Аракчеев II (Гейнце) - страница 115

Перед духовным взором Алексея Андреевича восстал образ убитой и изувеченной Настасьи Федоровны. Разве не из-за того, что она строго исполняла его волю и блюла образцовый порядок в Грузине, она стала жертвою разнузданности холопов?

Эта мысль окончательно примирила графа с памятью покойной — он во всем обвинял одного себя и с дрожью невыразимого отвращения припоминал ночную сцену надругания над единственным преданным ему существом — надругания, которого он был инициатором под первым впечатлением открытия, сделанного Клейнмихелем.

В тот день, когда граф пришел к такому выводу, он тотчас же сделал распоряжение возвратить в барский дом Таню, считавшуюся племянницей покойной Минкиной, сосланную им же сгоряча на скотный двор. Девочке шел в то время четырнадцатый год.

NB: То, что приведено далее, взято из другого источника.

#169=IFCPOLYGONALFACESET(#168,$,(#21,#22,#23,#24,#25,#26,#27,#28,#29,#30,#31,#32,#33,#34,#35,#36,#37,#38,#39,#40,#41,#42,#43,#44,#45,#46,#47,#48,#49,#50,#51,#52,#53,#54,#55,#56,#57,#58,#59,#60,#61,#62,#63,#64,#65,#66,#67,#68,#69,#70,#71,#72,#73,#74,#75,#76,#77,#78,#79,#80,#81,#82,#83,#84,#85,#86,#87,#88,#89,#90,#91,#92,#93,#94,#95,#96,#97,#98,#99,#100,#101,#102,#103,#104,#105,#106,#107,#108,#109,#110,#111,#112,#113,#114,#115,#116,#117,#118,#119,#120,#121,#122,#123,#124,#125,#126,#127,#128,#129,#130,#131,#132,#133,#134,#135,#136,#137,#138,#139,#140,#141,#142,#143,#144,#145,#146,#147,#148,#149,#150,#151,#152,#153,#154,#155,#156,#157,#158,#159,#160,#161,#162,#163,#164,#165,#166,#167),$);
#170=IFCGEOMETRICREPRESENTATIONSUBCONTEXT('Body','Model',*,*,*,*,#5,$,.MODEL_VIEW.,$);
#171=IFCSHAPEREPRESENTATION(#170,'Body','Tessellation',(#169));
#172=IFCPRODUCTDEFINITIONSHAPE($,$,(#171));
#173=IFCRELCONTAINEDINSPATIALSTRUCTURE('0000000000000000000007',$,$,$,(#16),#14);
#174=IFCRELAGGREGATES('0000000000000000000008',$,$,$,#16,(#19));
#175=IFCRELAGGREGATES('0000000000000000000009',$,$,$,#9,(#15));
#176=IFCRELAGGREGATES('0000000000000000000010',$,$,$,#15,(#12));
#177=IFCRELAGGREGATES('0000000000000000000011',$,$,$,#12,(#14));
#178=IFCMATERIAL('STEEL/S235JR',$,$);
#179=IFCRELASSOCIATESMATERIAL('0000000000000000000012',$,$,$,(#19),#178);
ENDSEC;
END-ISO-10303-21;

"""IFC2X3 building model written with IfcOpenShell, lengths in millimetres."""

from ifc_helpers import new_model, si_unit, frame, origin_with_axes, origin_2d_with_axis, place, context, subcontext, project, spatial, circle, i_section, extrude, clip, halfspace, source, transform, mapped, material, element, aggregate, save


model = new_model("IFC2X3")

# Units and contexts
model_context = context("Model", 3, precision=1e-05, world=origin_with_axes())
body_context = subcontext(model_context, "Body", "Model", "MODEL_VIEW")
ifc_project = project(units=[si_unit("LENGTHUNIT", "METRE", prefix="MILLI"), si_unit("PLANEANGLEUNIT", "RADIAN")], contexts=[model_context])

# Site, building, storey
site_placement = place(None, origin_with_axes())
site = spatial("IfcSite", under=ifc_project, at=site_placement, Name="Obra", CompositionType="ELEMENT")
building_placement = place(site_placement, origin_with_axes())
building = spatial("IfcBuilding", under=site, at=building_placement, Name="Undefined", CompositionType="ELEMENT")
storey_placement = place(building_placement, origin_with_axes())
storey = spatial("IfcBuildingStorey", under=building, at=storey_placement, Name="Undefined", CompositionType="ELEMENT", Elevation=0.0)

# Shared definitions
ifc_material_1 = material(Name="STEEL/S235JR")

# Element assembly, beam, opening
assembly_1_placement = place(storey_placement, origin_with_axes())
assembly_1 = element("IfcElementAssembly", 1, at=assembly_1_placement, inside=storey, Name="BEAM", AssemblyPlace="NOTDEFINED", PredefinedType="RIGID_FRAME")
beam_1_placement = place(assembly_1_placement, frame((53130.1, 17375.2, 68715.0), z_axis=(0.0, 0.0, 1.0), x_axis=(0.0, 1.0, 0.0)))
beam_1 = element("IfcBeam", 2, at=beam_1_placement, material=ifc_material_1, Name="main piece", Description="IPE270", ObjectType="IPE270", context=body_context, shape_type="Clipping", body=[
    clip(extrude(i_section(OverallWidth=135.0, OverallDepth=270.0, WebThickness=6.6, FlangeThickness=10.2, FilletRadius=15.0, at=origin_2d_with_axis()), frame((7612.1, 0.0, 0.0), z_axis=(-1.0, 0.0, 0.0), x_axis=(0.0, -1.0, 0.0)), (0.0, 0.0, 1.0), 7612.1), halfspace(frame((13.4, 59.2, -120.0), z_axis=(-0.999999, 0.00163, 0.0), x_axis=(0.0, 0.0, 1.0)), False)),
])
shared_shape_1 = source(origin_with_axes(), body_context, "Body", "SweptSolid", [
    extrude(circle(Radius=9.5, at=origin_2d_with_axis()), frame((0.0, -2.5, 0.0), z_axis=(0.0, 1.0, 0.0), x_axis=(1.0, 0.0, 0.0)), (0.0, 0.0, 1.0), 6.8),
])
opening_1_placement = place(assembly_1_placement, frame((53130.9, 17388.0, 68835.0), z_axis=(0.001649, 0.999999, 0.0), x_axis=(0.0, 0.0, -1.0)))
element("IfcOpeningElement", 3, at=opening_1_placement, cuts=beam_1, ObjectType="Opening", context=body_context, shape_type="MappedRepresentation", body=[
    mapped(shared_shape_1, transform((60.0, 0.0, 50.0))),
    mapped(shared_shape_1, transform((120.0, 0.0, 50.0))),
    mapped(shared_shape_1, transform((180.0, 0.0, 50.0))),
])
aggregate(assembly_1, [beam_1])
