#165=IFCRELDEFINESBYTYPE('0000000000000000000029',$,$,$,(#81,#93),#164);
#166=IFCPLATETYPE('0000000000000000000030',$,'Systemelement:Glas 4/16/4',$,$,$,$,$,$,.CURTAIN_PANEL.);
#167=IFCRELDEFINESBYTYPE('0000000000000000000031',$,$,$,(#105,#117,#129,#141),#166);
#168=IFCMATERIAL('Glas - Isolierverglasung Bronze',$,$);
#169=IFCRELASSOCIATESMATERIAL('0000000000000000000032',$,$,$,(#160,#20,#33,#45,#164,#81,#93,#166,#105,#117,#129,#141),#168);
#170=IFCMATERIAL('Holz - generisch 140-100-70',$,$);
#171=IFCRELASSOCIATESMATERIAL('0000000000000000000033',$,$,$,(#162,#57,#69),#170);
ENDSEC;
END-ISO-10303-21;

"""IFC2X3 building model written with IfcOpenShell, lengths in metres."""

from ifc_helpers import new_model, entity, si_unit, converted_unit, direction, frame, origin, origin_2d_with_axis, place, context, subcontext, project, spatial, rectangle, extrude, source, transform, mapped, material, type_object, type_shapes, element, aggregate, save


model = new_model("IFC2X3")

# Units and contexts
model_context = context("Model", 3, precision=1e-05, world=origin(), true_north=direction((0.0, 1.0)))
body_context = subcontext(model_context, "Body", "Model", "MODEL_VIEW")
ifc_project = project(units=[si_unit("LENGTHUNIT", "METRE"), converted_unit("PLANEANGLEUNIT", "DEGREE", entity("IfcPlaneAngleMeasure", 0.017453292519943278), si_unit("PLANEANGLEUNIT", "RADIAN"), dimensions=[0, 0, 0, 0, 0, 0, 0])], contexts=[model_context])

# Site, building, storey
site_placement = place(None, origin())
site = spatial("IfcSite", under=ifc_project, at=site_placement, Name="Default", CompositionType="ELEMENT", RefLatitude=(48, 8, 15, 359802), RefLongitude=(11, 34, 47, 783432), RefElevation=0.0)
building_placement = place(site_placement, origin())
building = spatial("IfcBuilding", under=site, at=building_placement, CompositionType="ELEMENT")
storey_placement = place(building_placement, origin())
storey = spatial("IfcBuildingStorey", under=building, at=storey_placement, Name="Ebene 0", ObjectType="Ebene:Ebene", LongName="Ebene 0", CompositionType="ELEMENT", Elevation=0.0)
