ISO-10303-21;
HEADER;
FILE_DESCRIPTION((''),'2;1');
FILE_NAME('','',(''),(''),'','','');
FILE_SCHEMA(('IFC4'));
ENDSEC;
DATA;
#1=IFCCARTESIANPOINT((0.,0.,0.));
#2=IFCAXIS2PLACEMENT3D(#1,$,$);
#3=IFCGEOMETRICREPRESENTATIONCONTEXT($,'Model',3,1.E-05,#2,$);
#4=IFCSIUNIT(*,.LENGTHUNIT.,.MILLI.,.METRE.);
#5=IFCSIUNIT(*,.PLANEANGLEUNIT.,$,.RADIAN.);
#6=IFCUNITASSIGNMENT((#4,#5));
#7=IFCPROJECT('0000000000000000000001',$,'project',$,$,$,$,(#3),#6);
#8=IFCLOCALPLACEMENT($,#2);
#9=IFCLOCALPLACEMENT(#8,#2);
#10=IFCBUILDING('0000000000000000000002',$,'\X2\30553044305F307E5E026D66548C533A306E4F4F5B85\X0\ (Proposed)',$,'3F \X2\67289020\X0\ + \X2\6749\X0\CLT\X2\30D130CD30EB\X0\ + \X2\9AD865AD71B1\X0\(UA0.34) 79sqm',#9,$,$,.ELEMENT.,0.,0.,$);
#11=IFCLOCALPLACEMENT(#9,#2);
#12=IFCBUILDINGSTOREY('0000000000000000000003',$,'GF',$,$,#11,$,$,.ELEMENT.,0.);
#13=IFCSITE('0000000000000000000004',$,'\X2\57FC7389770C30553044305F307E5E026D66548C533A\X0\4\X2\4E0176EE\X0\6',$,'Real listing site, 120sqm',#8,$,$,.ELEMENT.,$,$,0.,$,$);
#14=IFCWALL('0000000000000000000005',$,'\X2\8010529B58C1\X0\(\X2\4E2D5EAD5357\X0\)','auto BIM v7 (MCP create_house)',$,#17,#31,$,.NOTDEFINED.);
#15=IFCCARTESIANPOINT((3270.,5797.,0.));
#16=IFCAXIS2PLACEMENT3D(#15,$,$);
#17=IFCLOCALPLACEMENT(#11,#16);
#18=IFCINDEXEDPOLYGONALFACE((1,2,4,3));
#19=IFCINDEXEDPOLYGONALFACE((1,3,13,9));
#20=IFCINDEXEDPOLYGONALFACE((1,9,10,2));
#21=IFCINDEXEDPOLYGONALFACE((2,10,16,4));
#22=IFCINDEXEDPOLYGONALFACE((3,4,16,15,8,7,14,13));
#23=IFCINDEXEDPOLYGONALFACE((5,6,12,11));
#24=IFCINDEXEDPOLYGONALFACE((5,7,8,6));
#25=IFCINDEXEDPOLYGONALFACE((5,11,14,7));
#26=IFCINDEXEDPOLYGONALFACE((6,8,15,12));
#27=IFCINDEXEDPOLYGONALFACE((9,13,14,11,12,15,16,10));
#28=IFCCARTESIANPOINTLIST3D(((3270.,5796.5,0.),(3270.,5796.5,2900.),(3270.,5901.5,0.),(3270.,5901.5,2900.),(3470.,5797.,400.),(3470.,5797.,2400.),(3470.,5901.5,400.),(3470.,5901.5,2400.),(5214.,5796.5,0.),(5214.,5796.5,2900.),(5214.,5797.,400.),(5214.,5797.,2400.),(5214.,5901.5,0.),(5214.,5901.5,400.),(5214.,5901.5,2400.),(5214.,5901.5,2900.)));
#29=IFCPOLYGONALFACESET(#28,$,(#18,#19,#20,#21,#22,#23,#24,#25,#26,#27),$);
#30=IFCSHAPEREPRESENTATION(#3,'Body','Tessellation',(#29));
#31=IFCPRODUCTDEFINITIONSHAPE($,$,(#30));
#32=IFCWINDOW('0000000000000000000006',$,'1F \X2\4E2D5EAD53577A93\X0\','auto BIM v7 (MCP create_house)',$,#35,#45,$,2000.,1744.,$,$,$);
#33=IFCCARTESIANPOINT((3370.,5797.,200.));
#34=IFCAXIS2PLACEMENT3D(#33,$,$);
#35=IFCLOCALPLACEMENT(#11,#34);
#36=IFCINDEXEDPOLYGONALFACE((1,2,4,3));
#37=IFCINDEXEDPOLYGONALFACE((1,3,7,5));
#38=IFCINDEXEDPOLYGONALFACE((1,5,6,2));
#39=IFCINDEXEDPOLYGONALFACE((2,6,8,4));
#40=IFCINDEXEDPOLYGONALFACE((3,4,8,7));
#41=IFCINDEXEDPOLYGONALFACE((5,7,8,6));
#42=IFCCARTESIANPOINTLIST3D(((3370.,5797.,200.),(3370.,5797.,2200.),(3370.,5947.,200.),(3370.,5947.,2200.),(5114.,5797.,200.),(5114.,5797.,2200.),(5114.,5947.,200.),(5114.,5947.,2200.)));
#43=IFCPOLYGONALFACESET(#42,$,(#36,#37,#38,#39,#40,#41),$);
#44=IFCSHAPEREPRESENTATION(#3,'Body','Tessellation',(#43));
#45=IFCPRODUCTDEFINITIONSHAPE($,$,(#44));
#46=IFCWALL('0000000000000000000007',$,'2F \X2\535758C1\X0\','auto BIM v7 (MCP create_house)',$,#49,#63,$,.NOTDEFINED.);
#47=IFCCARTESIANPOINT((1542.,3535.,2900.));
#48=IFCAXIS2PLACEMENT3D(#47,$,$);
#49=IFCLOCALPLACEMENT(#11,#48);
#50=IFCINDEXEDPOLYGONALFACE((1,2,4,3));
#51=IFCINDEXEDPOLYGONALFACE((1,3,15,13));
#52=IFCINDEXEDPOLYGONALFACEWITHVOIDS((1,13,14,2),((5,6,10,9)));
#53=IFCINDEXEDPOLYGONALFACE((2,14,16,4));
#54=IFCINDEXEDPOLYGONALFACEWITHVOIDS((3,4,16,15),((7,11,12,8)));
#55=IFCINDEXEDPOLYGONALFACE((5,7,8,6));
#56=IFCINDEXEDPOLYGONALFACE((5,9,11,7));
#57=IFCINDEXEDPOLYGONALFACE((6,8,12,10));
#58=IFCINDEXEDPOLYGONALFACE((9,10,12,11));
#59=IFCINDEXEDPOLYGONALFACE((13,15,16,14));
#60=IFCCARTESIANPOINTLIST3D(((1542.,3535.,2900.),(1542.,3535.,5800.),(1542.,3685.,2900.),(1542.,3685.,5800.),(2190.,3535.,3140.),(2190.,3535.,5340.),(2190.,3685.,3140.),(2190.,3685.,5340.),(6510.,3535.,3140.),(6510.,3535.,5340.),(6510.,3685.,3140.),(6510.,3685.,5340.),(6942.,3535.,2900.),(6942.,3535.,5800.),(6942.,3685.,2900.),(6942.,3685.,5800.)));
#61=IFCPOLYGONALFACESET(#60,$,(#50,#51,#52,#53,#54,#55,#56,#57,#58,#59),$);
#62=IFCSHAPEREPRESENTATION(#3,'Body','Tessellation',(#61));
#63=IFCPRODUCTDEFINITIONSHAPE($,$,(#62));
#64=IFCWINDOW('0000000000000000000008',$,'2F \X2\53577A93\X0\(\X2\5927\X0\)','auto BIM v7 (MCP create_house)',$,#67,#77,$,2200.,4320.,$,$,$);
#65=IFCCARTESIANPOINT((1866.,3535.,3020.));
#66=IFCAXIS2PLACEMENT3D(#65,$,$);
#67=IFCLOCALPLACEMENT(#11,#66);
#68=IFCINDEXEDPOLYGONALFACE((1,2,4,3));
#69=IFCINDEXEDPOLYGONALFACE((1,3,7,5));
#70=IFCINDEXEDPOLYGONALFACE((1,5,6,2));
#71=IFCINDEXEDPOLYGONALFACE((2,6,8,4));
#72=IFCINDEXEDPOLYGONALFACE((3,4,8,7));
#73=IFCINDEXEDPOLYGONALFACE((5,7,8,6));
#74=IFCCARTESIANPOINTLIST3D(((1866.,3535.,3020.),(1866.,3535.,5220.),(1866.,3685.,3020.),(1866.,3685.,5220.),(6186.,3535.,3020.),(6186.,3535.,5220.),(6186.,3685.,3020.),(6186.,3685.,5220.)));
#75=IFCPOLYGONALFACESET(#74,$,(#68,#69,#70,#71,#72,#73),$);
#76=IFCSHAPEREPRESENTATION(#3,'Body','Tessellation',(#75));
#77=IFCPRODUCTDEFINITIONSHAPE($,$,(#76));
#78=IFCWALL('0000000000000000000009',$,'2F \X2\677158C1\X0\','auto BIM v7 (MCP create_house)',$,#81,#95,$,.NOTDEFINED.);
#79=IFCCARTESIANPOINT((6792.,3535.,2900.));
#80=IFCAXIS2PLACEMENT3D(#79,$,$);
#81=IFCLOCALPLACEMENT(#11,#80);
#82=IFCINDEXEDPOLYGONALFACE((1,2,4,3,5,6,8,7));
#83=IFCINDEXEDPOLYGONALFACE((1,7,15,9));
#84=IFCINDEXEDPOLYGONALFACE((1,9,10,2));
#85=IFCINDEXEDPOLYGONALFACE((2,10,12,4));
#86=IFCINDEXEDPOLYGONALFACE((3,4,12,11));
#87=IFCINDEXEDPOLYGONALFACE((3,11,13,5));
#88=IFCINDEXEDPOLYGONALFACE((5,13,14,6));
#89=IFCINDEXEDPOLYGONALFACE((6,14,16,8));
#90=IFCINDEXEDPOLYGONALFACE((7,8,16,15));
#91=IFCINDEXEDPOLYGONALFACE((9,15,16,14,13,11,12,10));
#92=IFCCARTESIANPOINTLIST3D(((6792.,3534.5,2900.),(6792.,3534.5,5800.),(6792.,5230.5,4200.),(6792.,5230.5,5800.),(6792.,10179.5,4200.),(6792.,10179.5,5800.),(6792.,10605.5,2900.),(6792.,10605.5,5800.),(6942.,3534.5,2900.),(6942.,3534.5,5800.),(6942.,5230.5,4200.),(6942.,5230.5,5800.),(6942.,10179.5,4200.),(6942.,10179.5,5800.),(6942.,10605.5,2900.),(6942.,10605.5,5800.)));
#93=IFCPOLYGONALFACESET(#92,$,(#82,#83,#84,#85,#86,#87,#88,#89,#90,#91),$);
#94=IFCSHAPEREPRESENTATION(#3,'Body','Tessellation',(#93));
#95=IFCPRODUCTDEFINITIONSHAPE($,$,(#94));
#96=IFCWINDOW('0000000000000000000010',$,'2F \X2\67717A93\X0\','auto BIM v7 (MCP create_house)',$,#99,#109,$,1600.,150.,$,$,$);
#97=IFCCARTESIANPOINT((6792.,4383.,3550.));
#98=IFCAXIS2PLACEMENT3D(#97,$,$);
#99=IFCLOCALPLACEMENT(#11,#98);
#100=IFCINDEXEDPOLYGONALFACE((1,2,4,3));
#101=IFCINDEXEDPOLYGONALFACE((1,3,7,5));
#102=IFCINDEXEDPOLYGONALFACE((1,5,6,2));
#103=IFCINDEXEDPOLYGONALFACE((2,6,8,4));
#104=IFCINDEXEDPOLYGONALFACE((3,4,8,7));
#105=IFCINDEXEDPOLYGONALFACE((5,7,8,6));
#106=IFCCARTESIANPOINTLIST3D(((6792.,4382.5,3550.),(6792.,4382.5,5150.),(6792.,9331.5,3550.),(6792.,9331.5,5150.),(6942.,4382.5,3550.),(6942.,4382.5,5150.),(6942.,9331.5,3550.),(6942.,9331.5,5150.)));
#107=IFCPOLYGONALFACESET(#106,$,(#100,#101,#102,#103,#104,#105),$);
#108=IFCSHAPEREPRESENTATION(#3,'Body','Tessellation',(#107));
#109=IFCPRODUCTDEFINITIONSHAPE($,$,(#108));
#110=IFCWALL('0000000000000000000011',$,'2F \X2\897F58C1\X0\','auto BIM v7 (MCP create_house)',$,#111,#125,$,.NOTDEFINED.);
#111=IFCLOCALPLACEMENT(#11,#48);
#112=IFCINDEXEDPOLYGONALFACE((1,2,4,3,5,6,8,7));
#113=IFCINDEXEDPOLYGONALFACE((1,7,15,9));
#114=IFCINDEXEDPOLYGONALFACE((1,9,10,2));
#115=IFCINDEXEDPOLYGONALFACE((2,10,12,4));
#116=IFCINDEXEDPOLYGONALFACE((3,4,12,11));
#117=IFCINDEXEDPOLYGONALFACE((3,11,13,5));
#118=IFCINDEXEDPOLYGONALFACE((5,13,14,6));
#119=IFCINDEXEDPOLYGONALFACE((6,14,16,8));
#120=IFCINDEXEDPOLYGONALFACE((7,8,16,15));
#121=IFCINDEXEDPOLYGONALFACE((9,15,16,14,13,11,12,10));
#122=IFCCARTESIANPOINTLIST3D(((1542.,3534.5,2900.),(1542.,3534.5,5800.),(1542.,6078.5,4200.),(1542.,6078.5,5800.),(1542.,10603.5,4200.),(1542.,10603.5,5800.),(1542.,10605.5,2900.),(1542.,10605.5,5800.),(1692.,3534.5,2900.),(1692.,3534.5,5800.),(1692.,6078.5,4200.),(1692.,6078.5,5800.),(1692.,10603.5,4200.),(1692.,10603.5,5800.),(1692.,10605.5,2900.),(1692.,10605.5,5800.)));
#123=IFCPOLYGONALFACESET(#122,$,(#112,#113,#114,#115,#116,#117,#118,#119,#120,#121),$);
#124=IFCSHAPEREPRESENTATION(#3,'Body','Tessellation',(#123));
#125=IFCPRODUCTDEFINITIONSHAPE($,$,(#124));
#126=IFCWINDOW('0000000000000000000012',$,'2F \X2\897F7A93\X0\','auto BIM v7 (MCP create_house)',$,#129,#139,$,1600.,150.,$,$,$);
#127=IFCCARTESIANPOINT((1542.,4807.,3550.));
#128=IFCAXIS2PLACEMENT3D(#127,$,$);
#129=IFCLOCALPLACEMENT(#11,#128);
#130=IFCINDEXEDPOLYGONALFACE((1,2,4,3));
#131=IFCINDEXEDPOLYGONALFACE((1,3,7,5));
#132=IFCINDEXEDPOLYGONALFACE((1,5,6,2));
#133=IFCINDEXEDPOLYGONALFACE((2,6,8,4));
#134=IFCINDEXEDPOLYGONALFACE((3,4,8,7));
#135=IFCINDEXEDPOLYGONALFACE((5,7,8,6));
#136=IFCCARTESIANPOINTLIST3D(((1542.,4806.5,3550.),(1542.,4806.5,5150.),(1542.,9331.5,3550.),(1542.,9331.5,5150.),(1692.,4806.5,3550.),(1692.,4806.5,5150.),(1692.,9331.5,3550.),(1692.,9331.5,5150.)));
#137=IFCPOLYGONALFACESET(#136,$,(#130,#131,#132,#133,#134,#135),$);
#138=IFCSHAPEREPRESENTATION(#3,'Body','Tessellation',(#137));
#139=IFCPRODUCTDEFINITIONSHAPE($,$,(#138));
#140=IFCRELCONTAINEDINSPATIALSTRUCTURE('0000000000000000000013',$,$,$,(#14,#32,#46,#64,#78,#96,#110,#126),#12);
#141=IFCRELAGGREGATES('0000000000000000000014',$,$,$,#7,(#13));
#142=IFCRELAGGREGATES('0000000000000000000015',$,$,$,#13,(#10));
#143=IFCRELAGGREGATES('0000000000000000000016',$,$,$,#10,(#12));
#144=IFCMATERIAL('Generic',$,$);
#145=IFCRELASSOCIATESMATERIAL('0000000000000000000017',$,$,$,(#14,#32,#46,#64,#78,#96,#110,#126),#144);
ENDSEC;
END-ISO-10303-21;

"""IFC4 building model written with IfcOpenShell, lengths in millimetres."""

from ifc_helpers import new_model, si_unit, frame, frame_2d, origin, place, context, project, spatial, rectangle, extrude, material, element, fill, save


model = new_model("IFC4")

# Units and contexts
model_context = context("Model", 3, precision=1e-05, world=origin())
ifc_project = project(units=[si_unit("LENGTHUNIT", "METRE", prefix="MILLI"), si_unit("PLANEANGLEUNIT", "RADIAN")], contexts=[model_context])

# Site, building, storey
site_placement = place(None, origin())
site = spatial("IfcSite", under=ifc_project, at=site_placement, Name="埼玉県さいたま市浦和区4丁目6", ObjectType="Real listing site, 120sqm", CompositionType="ELEMENT", RefElevation=0.0)
building_placement = place(site_placement, origin())
building = spatial("IfcBuilding", under=site, at=building_placement, Name="さいたま市浦和区の住宅 (Proposed)", ObjectType="3F 木造 + 杉CLTパネル + 高断熱(UA0.34) 79sqm", CompositionType="ELEMENT", ElevationOfRefHeight=0.0, ElevationOfTerrain=0.0)
storey_placement = place(building_placement, origin())
storey = spatial("IfcBuildingStorey", under=building, at=storey_placement, Name="GF", CompositionType="ELEMENT", Elevation=0.0)

# Shared definitions
ifc_material = material(Name="Generic")

# Walls, openings, windows
wall_1_placement = place(storey_placement, frame((3270.0, 5797.0, 0.0)))
wall_1 = element("IfcWall", 1, at=wall_1_placement, inside=storey, material=ifc_material, Name="耐力壁(中庭南)", Description="auto BIM v7 (MCP create_house)", PredefinedType="NOTDEFINED", context=model_context, shape_type="SweptSolid", body=[
    extrude(rectangle(XDim=1944.0, YDim=105.0, at=frame_2d((972.0, 52.0))), frame((3270.0, 5797.0, 0.0)), (0.0, 0.0, 1.0), 2900.0),
])
opening_1_placement = place(storey_placement, frame((3370.0, 5797.0, 200.0)))
opening_1 = element("IfcOpeningElement", 2, at=opening_1_placement, cuts=wall_1, PredefinedType="NOTDEFINED", context=model_context, shape_type="SweptSolid", body=[
    extrude(rectangle(XDim=1744.0, YDim=150.0, at=frame_2d((872.0, 75.0))), frame((3370.0, 5797.0, 200.0)), (0.0, 0.0, 1.0), 2000.0),
])
window_1_placement = place(storey_placement, frame((3370.0, 5797.0, 200.0)))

В том же письме Алексей Андреевич приказал взять из кладовой и повесить портрет Настасьи Федоровны на прежнее место.

Покончив с вопросом об отношениях своих с Минкиной, граф мысленно перенесся ко времени своей женитьбы и кратковременной жизни с женой.

Алексей Андреевич припомнил свою встречу с Натальей Федоровной Хомутовой в павильоне Ritter-Spiel'я на Крестовском острове, припомнил её миловидное, дышавшее невинностью личико, её почти детскую, хрупкую фигурку.

— Связался черт с младенцем! — со злобой прошептал он уже вслух.

За что, на самом деле, погубил он жизнь молодой женщины? Из-за своего каприза, чем единственно можно было объяснить этот брак. Он, один он, виноват в том, что женился на ней, и в том, что она покинула его. За истекшие почти двадцать лет Алексей Андреевич имел случай совершенно убедиться, что и живя с ним совместно, и во время долгой разлуки, графиня Аракчеева ничем и никогда не запятнала его чести, его имени. С омерзением вспомнил граф ту гнусную сплетню о Зарудине и его жене, пущенную его врагами и не подтвердившуюся ничем, и с ещё большим чувством гадливости припомнилась ему сцена в Грузине, когда Бахметьева своим сорочьим языком — Алексей Андреевич и мысленно назвал его «сорочьим» — рассказала невиннейший девический роман Натальи Федоровны и, воспользовавшись появившимся у него, мнительного и раздраженного, подозрением, в ту же ночь отдалась ему.

При воспоминании об этой безнравственной девушке из хорошего дворянского рода, граф Аракчеев даже вздрогнул. Так гадко сделалось у него на душе.

Он, конечно, и не подозревал, что несчастная Екатерина Петровна была слепым орудием стоявшего за её спиною негодяя, поработившего её волю.

Он судил по фактам, а факты были против Бахметьевой.

И перед женой, этой второй, вызванной им в памяти, его обвинительницей, Алексей Андреевич оказался более чем неправым.